**EXERCISE MATERIAL**
------------------------------------------------------------
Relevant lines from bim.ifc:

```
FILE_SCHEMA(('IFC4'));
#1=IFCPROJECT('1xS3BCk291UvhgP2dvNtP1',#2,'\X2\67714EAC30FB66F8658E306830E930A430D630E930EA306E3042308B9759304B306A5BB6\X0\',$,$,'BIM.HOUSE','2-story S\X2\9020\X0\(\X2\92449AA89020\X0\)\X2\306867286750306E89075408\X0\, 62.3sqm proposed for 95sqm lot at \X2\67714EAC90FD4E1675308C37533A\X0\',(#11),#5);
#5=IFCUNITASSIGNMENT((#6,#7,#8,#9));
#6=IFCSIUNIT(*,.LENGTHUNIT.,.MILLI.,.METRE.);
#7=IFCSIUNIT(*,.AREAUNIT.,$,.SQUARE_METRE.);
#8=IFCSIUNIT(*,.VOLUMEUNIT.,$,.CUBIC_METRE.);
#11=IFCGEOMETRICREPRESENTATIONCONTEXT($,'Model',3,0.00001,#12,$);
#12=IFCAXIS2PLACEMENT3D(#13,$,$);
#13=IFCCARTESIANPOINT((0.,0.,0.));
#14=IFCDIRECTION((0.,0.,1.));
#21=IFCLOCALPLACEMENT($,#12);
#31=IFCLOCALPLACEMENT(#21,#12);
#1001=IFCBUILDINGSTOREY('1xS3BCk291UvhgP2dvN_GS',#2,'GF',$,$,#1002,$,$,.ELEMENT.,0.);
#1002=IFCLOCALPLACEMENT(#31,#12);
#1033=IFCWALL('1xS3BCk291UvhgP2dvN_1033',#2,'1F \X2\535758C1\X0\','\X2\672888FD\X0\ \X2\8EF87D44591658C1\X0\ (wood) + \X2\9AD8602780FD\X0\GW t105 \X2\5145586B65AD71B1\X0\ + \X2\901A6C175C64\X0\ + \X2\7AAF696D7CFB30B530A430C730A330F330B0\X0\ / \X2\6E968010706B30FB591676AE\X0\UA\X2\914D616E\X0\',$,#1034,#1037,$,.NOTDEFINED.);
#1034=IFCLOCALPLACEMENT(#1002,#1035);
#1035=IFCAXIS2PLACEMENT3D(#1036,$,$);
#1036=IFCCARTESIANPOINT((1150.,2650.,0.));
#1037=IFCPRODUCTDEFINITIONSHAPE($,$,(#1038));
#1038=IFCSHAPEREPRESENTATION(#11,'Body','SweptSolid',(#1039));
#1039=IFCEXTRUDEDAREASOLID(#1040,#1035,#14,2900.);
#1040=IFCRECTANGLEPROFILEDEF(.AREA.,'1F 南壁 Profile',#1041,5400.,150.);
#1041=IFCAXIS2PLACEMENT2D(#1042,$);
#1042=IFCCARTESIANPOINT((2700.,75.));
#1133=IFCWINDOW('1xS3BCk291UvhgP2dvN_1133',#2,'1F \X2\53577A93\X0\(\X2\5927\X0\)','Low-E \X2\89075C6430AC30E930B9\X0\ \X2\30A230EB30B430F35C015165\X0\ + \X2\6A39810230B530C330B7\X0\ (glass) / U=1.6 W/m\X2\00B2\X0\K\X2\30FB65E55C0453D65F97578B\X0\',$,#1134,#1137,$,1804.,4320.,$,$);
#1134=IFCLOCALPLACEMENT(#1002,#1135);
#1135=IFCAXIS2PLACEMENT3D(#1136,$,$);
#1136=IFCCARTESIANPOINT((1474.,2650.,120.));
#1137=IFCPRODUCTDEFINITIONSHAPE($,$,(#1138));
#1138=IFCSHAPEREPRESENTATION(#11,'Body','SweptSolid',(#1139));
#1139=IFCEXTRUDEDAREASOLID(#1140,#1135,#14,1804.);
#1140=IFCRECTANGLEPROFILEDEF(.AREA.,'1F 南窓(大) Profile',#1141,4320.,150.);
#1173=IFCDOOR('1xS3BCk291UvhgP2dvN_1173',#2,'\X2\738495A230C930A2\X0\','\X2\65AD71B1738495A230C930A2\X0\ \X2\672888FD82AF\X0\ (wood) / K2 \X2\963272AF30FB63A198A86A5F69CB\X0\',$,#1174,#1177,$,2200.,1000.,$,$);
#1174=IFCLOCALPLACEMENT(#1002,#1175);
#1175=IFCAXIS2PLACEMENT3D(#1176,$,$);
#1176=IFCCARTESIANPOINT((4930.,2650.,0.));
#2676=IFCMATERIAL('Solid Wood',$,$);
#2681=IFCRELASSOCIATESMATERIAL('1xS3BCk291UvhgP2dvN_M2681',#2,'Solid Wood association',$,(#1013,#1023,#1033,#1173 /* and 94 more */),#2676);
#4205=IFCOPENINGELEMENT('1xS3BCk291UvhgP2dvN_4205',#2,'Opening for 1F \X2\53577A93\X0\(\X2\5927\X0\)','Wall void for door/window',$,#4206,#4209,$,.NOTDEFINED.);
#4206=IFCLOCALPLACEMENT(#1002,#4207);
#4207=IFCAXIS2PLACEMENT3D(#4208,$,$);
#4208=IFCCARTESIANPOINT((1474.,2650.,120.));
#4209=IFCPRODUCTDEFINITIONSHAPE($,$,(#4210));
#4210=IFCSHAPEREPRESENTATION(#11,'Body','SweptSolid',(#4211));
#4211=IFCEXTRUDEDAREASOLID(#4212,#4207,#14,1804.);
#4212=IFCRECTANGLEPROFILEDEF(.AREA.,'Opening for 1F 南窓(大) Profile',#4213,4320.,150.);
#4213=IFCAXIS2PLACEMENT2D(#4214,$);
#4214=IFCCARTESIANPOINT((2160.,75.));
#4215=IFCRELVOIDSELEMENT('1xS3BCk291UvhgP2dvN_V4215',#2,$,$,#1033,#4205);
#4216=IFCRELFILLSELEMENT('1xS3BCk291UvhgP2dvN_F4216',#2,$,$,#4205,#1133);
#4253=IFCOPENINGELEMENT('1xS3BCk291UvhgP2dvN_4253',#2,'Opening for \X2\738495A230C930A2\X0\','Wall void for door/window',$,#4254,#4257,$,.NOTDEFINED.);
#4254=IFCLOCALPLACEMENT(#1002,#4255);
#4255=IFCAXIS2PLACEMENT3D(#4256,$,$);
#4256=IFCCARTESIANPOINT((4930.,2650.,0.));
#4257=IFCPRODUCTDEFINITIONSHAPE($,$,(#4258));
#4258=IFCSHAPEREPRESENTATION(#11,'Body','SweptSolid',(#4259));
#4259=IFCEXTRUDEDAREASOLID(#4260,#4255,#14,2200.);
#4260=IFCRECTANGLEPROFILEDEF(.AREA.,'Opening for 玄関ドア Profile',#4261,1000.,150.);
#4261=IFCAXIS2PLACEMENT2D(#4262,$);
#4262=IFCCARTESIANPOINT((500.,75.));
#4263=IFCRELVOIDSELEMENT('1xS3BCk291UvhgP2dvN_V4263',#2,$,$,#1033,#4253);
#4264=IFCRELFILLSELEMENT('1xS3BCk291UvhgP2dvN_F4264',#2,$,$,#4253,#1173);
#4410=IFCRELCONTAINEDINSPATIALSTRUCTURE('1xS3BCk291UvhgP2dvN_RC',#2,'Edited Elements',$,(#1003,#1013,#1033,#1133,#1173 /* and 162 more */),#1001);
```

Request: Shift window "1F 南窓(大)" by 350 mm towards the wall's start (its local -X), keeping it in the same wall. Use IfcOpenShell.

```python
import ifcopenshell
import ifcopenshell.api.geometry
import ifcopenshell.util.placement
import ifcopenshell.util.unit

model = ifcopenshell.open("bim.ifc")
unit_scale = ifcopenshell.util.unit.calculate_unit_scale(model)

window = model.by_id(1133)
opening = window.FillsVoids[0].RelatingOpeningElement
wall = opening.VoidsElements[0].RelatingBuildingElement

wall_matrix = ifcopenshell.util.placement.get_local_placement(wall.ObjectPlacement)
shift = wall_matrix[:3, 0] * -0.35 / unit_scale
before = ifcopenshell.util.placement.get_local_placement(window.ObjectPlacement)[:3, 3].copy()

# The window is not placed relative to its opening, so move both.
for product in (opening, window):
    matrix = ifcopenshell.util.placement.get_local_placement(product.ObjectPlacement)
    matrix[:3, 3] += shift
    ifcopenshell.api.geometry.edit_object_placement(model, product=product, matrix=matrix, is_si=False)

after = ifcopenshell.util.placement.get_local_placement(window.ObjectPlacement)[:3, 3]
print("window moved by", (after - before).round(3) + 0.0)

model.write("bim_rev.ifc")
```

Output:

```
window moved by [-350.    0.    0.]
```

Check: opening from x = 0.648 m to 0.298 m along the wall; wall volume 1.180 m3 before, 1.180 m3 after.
------------------------------------------------------------
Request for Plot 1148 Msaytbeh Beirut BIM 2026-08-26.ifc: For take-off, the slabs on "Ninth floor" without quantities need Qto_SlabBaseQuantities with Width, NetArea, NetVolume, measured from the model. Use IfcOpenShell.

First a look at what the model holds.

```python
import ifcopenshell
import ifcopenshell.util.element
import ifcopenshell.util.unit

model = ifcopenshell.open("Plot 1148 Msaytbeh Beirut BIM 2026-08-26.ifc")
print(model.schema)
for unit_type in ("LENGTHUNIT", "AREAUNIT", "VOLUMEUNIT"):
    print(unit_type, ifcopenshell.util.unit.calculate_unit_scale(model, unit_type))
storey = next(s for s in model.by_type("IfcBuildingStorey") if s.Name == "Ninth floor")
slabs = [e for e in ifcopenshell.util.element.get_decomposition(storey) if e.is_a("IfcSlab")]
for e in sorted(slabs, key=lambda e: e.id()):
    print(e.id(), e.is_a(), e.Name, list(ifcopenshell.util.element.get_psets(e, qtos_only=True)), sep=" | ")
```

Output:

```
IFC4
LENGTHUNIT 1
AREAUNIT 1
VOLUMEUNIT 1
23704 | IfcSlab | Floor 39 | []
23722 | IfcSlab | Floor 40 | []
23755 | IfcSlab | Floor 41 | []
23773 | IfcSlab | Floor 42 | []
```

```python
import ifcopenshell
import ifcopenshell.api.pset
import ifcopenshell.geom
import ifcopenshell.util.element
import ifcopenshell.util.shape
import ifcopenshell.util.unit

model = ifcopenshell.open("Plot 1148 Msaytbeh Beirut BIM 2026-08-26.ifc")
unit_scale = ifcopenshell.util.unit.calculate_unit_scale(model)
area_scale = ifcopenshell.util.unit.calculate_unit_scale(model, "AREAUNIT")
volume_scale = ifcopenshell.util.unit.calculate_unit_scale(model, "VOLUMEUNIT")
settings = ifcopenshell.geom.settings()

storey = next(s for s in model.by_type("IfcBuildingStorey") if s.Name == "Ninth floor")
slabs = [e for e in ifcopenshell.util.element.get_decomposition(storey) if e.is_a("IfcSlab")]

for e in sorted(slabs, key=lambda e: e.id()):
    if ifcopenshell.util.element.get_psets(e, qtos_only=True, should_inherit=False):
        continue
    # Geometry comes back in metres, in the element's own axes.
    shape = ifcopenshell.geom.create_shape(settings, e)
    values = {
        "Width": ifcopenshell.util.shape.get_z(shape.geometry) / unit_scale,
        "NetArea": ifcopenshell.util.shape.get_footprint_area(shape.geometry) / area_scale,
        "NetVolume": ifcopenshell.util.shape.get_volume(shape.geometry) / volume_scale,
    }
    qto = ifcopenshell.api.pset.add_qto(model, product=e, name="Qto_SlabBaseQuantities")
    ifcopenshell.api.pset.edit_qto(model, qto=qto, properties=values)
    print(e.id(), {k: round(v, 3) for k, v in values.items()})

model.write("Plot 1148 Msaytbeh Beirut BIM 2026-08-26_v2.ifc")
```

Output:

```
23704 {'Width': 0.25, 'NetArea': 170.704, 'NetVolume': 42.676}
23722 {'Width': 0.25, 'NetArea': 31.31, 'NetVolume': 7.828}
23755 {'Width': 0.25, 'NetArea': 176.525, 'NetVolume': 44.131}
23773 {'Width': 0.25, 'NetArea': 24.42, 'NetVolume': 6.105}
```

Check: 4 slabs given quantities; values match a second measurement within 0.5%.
------------------------------------------------------------
**REQUIRED WORK**
If a line in the records above contains "IFCLOCALPLACEMENT", copy that line.

**ANSWER SPACE**
#21=IFCLOCALPLACEMENT($,#12);
#31=IFCLOCALPLACEMENT(#21,#12);
#1002=IFCLOCALPLACEMENT(#31,#12);
#1034=IFCLOCALPLACEMENT(#1002,#1035);
#1134=IFCLOCALPLACEMENT(#1002,#1135);
#1174=IFCLOCALPLACEMENT(#1002,#1175);
#4206=IFCLOCALPLACEMENT(#1002,#4207);
#4254=IFCLOCALPLACEMENT(#1002,#4255);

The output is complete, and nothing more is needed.